--- RECORDS PROVIDED Enclosed Below ---

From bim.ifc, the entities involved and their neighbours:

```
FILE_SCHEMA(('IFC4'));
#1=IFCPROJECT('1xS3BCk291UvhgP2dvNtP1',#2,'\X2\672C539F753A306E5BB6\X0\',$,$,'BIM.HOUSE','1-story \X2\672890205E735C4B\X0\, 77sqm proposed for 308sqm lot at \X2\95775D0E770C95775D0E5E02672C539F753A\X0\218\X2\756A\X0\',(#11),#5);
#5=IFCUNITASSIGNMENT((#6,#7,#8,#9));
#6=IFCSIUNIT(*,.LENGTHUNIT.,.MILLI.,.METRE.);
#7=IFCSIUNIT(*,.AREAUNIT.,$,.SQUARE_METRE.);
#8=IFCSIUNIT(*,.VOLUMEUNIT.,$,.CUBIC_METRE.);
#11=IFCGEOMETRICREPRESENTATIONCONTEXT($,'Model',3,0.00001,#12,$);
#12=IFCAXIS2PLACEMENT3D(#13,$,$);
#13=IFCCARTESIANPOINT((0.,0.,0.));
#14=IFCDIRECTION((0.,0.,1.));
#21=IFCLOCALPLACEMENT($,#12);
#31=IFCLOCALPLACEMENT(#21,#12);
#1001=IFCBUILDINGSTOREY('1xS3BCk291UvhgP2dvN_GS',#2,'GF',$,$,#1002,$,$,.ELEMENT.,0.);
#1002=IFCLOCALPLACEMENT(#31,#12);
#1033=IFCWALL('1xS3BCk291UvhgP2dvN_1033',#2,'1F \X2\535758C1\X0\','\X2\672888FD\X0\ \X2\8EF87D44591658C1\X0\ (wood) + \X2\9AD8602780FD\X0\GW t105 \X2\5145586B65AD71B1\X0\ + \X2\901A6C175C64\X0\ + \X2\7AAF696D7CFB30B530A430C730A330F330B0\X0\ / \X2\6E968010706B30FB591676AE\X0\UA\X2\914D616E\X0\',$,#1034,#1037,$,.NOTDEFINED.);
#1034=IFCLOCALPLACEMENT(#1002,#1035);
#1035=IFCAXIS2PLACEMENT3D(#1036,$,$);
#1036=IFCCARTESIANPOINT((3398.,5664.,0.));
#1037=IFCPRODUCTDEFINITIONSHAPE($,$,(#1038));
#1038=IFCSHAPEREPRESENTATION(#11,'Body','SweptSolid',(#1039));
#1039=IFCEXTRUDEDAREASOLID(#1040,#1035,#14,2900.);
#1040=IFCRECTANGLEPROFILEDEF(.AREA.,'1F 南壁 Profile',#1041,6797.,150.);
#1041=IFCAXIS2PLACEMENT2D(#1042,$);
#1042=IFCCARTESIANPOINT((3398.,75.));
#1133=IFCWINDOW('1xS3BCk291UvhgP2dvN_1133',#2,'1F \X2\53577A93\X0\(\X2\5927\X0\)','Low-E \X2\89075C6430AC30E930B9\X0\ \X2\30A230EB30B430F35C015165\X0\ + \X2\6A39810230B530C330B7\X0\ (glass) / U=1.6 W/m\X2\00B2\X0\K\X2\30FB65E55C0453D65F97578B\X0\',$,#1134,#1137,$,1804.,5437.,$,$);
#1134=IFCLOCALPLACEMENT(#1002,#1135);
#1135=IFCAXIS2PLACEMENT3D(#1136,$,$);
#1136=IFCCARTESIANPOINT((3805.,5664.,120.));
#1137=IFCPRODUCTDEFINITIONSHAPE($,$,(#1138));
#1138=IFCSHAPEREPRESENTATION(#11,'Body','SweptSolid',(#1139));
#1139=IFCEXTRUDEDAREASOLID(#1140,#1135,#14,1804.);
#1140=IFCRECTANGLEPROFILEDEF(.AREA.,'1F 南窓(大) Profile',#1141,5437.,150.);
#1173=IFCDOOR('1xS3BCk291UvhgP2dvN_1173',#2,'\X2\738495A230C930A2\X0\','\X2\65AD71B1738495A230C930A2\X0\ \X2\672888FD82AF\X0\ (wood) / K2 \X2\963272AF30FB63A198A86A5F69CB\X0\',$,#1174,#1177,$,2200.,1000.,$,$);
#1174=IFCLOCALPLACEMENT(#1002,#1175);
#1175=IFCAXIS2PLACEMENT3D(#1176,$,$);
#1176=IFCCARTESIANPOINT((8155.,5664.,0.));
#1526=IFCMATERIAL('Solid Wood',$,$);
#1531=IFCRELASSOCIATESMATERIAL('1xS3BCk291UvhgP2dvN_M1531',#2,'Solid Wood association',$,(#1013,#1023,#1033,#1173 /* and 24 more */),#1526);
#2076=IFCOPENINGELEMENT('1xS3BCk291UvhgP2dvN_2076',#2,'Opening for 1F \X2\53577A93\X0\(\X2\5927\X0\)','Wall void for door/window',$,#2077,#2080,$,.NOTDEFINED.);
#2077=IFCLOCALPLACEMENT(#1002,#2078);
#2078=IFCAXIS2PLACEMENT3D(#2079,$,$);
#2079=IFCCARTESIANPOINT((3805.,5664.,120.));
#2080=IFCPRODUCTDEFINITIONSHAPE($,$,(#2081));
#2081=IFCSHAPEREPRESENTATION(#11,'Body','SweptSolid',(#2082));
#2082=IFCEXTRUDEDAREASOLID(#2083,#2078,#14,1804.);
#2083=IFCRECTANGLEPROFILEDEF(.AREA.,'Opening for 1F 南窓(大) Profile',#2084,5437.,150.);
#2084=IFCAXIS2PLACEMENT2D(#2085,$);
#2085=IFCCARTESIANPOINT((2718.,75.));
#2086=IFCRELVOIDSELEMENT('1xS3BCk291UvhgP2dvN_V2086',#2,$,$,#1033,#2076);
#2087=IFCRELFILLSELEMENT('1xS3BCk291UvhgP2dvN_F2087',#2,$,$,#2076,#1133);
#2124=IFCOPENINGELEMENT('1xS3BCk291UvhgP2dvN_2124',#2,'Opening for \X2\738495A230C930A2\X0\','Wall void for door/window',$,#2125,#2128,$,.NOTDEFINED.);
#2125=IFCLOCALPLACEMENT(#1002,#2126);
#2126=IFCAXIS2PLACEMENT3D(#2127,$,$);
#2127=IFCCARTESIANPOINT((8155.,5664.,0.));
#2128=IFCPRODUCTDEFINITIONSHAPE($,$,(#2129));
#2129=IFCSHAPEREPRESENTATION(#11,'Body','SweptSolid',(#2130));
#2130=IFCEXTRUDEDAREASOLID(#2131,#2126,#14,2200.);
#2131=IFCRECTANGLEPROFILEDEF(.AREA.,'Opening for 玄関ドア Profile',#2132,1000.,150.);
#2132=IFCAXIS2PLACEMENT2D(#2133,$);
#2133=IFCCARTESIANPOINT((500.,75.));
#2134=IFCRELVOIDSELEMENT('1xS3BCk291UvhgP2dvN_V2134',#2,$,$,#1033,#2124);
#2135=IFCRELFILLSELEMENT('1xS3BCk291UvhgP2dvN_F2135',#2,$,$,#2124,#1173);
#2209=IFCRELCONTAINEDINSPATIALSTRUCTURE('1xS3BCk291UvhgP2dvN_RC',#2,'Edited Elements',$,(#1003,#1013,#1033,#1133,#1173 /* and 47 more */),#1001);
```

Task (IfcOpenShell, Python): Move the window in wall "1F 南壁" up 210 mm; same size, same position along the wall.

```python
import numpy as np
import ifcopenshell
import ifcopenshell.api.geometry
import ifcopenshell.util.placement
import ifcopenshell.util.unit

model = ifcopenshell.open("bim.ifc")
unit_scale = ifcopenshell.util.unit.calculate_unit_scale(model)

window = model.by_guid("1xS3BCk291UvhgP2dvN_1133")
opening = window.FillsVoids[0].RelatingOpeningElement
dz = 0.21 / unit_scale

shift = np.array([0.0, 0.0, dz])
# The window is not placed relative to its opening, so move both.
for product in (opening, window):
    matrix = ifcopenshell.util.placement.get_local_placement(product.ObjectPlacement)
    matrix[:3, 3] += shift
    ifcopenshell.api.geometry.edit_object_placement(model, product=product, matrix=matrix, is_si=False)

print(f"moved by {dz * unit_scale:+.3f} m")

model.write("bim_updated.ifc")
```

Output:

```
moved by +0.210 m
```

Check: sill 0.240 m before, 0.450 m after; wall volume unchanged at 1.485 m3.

--- End of Enclosed RECORDS PROVIDED ---
--- RECORDS PROVIDED Enclosed Below ---

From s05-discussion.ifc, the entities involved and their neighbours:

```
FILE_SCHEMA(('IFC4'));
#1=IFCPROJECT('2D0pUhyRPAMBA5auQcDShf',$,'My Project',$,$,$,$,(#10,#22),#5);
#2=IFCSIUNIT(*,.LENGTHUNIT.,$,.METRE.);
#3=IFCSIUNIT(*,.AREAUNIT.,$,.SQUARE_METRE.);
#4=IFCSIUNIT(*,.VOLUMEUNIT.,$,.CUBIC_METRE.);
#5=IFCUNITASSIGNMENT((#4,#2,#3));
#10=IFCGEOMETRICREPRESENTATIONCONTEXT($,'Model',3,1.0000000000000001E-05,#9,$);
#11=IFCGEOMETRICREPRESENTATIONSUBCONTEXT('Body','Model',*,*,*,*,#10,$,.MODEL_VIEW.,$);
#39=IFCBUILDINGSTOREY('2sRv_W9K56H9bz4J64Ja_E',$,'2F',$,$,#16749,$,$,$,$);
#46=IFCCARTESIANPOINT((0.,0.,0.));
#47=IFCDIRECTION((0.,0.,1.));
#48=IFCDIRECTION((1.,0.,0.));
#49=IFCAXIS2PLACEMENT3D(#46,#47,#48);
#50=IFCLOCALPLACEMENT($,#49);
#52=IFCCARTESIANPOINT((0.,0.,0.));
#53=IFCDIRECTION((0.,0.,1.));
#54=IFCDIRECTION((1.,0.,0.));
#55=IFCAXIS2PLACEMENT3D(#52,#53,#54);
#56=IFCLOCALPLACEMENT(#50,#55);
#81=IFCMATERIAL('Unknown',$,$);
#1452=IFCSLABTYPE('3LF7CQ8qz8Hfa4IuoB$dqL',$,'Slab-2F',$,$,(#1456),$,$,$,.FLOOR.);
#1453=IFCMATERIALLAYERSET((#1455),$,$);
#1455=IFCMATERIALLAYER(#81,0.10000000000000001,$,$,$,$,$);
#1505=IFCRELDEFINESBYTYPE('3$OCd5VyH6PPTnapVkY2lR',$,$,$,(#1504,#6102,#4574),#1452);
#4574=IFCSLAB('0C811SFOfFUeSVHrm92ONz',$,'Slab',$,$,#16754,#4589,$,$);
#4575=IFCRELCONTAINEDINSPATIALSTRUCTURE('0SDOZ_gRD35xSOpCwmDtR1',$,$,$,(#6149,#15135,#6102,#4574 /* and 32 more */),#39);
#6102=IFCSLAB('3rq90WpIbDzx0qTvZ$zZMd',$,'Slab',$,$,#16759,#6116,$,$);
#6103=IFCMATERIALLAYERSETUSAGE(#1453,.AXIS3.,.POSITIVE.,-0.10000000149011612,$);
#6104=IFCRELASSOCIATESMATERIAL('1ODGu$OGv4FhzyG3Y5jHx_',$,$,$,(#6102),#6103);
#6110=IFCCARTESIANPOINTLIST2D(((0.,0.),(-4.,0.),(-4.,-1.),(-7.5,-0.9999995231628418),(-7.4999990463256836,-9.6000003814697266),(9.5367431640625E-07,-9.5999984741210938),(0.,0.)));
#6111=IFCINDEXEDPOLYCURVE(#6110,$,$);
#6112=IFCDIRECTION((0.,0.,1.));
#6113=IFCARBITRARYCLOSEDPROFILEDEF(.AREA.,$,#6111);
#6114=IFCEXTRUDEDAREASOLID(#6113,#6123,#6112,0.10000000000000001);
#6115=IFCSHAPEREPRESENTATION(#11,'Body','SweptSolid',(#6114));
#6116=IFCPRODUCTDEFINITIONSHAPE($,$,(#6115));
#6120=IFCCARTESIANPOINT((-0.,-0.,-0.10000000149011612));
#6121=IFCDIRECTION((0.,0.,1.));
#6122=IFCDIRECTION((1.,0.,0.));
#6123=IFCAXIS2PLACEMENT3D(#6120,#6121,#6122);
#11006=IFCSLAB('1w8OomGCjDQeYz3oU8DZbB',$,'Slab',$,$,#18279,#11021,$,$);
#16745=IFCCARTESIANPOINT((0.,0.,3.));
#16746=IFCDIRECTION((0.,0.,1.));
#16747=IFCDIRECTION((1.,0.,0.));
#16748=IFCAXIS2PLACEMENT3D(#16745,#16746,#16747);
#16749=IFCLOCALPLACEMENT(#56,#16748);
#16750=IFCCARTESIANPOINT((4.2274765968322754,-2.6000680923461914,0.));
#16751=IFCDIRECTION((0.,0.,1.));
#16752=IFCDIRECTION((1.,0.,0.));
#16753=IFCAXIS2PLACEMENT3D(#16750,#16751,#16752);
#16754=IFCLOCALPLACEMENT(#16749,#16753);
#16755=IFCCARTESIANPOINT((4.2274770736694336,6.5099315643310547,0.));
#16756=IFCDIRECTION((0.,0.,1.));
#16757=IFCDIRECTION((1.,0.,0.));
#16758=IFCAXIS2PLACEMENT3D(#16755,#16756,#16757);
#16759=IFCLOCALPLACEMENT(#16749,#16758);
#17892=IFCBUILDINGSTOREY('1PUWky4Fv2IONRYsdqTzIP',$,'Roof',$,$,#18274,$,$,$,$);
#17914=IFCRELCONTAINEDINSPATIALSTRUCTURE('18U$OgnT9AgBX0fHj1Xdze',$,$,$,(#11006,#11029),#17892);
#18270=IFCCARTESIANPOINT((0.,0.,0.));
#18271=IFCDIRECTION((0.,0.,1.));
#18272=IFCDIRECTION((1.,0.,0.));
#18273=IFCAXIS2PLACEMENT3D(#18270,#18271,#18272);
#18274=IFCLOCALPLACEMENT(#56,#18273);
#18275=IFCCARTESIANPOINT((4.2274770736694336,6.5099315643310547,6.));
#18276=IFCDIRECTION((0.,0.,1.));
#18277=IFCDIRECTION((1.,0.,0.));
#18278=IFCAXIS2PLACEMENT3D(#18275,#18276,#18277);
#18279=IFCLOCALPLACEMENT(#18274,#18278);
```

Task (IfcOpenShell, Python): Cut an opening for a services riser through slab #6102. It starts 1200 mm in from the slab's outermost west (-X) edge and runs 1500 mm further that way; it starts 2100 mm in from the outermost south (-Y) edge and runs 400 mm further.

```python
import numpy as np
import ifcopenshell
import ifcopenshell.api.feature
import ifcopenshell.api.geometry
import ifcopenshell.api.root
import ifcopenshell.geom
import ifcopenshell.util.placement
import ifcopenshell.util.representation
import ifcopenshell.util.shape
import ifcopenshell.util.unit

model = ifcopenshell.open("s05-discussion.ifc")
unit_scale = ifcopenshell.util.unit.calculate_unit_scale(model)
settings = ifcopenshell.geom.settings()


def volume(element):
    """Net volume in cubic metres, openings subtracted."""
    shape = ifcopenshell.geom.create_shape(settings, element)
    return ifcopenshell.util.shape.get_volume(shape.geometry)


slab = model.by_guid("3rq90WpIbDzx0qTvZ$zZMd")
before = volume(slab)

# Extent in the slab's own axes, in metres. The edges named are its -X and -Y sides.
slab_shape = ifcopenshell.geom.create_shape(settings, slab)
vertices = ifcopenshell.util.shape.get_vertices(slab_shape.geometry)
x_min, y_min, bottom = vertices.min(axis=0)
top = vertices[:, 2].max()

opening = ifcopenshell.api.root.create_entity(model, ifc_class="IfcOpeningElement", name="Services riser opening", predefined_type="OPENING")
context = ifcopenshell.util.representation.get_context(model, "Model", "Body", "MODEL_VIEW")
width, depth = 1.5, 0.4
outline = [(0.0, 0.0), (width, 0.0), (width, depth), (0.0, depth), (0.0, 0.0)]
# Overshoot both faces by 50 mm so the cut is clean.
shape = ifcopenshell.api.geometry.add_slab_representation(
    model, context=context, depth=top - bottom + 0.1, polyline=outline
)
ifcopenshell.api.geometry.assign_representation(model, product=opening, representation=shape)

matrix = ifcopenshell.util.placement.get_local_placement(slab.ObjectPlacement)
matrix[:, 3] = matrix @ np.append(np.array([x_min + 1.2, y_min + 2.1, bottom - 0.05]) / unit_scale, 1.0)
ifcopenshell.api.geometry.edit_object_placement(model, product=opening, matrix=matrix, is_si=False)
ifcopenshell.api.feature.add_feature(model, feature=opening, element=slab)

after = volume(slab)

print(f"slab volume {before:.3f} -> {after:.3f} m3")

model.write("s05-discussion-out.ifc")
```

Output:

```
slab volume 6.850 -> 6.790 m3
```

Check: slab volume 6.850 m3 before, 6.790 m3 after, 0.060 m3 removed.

--- End of Enclosed RECORDS PROVIDED ---

Your answer should be a single number: the tally of lines in the entries that include the word "IFCGEOMETRICREPRESENTATIONCONTEXT".

2